Hill describes female intimate abuse in detail to acknowledge that men can be victims as well, although male victims are still more likely to have a male perpetrator. It is important that there are specific services to help men in these situations. However, this book is unambiguous in identifying (with evidence) that most domestic abuse involves a male perpetrator and a female victim / survivor. Hill goes on to clarify a point that often frustrates me about the oft quoted “1 in 3 victims is male” by interrogating the flawed evidence that is used back up that statistic. She concludes that domestic abuse IS largely a male crime.

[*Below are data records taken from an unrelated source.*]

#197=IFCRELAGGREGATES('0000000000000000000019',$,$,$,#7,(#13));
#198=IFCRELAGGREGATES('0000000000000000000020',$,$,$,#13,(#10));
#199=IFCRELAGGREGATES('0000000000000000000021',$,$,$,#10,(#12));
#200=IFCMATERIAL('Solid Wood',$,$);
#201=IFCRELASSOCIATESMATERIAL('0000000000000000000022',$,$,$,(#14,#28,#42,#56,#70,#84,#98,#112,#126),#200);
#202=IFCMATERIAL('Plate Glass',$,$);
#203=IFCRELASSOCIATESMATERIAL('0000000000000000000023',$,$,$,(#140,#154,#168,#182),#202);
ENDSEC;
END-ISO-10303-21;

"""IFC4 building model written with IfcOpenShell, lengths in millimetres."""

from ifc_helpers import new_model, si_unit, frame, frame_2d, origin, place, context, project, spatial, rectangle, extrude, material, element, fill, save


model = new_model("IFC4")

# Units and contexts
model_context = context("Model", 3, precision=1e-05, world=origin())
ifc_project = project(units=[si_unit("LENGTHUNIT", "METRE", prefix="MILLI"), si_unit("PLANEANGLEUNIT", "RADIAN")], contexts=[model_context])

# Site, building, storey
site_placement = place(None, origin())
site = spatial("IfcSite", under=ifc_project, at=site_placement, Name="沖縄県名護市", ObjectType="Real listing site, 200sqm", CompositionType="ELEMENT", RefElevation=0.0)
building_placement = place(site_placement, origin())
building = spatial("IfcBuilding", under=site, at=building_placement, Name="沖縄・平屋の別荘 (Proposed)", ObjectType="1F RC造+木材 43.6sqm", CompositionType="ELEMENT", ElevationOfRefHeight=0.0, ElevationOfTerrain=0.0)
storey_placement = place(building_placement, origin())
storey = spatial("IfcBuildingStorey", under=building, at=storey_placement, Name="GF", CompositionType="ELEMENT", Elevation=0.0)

The book shifts the focus from “Why does she keep going back to him?” to, more importantly, “Why does he keep doing it?”. I think it is unusual to explore the reasons behind the violent men’s thinking. Her investigations lead her to meet reformed perpetrators and the leaders of innovative behaviour change programmes to help men reform their relationships. Understanding shame and the societal and hierarchical factors behind why men abuse their partners is important if we want to prevent future domestic abuse.

She describes what I have seen referred to in other literature as Toxic Masculinity: “Men have been sold a lie. They were brought up to believe that, as long as they obeyed the rules of masculinity, they would be rewarded with power and privilege, limited only by how hard they are willing to work for it.” This old belief is failing men as well as the women who are abused because of it.

I will leave you with Jess Hill’s quote of Margaret Atwood: “Men are afraid that women will laugh at them, and women are afraid that men will kill them.”

Featured book: See What You Made Me Do: Power, Control and Domestic Abuse by Jess Hill, C Hurst & Co Publishers Ltd, 2020, 448 pages, ISBN 978-1-78738-826-0 £12.99 paperback.